▶ _YOUR TASK_
Every line of the records below that holds the word "within" belongs in the answer.

PROVIDED RECORDS: Begin

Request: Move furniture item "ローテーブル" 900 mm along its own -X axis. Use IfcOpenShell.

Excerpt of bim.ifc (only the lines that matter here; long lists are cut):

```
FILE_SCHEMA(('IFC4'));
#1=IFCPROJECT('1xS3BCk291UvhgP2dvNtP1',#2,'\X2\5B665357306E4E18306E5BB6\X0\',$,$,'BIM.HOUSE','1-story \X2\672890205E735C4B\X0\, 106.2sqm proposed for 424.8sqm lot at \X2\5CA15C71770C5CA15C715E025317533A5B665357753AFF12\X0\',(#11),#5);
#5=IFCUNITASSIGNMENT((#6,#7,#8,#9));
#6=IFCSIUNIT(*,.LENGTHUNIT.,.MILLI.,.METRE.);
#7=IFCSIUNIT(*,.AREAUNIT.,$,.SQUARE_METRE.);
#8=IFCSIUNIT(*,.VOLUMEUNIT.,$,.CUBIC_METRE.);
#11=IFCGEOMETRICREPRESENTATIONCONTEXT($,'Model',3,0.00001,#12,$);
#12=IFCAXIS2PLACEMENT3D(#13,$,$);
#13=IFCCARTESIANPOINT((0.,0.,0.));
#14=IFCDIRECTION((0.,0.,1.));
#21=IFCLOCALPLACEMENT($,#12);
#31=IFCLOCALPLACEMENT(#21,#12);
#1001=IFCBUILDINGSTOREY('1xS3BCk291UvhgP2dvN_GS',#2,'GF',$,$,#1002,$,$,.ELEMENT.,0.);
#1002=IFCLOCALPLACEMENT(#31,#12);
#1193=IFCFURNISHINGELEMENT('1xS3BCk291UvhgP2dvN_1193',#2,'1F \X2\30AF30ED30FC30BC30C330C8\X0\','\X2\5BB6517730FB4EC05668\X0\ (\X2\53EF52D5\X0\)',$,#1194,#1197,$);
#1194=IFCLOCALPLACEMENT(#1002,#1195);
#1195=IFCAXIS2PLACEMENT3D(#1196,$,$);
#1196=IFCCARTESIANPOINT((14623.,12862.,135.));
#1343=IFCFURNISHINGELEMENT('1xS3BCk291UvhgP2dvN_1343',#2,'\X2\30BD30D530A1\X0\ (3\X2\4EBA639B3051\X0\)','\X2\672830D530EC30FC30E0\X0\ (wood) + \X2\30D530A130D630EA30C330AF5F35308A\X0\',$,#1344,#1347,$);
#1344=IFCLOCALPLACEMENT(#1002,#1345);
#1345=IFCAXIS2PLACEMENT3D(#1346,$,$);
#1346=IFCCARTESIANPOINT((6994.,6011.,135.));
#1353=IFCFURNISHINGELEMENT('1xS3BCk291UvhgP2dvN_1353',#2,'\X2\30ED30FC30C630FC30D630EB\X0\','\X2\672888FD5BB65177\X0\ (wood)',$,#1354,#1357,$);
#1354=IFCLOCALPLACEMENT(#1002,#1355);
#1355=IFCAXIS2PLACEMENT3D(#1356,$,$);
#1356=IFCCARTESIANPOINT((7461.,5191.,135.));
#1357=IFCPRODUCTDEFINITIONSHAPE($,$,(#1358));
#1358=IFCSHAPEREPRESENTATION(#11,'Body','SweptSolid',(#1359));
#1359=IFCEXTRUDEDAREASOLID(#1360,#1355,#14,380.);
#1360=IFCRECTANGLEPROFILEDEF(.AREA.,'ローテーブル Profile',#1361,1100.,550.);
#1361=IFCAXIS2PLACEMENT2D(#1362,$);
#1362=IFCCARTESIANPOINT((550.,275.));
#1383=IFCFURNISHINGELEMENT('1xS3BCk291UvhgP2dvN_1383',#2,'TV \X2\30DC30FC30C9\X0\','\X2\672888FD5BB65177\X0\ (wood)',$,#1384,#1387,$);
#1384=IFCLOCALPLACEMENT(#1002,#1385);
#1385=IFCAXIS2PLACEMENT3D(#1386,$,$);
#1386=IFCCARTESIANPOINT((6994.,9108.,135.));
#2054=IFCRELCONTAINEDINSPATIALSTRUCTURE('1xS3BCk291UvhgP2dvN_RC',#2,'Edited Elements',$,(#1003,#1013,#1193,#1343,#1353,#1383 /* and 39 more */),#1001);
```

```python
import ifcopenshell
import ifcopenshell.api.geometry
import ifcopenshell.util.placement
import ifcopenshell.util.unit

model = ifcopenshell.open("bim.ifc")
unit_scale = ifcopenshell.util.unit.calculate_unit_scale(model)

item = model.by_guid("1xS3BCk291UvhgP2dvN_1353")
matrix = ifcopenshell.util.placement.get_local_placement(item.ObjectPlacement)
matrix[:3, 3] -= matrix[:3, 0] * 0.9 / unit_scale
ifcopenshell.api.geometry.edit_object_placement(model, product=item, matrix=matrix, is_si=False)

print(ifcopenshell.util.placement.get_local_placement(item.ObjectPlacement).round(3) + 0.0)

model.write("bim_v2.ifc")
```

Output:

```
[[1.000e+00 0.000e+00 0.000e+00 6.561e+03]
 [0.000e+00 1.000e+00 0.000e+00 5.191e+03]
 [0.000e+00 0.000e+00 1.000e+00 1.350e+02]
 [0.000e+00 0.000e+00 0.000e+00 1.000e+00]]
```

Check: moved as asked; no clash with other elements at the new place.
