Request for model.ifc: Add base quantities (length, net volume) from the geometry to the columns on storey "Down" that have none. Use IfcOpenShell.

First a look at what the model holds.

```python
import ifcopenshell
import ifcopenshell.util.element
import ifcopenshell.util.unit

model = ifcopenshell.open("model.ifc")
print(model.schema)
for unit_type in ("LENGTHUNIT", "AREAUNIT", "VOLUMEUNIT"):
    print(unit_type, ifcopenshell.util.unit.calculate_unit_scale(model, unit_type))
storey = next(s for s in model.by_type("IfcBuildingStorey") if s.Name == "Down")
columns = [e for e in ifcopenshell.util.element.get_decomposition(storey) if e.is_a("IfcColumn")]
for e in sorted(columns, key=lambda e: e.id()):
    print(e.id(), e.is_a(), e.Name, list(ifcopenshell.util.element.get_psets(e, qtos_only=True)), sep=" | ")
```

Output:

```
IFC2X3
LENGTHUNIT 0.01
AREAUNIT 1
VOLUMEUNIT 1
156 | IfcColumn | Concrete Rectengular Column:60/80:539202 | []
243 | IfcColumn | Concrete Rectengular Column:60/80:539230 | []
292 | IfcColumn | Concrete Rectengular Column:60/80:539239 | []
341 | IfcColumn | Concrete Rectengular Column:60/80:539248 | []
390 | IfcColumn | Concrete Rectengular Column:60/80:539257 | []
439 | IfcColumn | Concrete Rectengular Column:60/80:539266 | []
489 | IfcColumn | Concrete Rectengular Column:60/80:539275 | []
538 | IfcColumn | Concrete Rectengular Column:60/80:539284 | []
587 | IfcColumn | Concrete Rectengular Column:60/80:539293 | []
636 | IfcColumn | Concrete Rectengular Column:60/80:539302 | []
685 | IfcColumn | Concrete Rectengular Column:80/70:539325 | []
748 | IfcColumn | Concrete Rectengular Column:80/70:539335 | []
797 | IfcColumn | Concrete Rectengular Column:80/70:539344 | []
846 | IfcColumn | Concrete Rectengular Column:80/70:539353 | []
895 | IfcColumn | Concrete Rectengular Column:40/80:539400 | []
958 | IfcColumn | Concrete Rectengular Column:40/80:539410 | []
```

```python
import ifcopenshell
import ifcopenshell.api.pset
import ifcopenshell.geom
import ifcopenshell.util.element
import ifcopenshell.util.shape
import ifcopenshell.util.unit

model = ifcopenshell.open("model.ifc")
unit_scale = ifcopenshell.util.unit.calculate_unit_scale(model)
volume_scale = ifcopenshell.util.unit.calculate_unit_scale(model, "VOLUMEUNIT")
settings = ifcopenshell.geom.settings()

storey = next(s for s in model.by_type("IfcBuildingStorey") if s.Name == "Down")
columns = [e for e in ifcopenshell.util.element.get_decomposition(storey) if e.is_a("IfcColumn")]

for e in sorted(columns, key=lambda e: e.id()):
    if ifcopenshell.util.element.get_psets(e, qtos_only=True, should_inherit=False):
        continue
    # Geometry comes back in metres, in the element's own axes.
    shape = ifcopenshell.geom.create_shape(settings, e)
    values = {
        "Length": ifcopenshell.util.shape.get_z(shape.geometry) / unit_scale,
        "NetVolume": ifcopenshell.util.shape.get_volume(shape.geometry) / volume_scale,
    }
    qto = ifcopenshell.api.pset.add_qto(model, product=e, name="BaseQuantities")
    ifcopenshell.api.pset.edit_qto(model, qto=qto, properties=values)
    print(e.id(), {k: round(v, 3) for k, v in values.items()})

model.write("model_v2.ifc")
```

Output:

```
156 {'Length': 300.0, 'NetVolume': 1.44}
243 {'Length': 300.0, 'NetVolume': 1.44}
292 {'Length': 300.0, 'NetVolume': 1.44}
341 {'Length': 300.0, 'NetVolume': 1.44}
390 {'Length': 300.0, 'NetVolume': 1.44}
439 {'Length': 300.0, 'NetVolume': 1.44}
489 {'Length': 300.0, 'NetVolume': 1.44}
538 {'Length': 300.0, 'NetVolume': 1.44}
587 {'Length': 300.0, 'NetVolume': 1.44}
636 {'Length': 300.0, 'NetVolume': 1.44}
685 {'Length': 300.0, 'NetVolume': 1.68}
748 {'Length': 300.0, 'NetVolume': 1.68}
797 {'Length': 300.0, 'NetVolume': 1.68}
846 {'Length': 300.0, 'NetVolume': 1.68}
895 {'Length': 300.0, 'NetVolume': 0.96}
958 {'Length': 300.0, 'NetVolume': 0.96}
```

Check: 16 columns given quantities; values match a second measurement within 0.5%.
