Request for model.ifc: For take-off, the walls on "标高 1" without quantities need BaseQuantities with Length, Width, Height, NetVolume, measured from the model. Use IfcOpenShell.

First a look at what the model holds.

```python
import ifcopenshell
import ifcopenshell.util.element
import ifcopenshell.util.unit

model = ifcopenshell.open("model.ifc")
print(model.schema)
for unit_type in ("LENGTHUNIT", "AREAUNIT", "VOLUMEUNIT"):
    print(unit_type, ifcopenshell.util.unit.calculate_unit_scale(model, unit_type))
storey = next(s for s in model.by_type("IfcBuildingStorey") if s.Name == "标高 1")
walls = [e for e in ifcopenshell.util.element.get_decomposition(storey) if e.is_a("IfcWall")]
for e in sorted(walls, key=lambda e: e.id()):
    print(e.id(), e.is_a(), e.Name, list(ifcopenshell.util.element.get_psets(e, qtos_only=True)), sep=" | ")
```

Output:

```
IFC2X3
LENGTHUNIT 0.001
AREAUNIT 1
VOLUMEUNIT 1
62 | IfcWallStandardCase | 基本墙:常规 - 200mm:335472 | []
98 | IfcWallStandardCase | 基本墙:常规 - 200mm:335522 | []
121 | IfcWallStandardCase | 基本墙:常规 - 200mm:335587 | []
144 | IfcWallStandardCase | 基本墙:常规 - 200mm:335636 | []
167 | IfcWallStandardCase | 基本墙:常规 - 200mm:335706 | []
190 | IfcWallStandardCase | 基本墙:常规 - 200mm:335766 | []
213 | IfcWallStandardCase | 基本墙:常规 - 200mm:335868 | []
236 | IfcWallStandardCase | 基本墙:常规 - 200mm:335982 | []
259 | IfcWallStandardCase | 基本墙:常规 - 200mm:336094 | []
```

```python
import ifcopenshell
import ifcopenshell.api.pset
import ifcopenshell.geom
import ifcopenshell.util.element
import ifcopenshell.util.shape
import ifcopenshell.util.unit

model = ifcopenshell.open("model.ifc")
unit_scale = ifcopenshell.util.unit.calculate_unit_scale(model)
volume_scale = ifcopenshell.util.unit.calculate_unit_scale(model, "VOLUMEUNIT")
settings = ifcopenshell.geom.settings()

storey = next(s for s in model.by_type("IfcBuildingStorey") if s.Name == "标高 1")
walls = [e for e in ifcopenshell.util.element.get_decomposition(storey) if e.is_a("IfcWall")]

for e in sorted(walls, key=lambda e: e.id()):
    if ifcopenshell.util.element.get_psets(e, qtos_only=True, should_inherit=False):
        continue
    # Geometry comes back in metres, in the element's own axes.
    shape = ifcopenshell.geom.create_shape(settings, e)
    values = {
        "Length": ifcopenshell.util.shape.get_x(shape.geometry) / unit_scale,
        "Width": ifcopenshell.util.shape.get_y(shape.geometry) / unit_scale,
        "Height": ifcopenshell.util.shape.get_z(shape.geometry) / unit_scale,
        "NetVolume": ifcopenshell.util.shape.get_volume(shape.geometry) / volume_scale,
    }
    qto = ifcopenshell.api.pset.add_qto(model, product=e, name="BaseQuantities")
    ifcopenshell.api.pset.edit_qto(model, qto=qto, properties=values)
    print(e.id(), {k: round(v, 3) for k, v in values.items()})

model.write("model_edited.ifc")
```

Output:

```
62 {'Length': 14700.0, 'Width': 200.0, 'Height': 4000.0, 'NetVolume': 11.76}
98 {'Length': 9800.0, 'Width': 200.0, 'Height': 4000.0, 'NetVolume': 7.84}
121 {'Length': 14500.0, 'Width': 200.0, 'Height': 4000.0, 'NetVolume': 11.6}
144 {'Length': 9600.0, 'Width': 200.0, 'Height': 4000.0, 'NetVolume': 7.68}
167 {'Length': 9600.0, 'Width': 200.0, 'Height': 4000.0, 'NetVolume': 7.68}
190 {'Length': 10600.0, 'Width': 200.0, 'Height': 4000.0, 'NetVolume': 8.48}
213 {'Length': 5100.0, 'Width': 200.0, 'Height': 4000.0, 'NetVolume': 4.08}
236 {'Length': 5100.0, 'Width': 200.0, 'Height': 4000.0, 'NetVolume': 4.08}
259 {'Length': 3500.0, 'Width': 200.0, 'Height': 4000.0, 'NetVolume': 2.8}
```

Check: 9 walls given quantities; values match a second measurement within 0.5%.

PROVIDED RECORDS: End

▶ _OUTPUT FOR THIS TASK_
Check: 16 columns given quantities; values match a second measurement within 0.5%.
Check: 9 walls given quantities; values match a second measurement within 0.5%.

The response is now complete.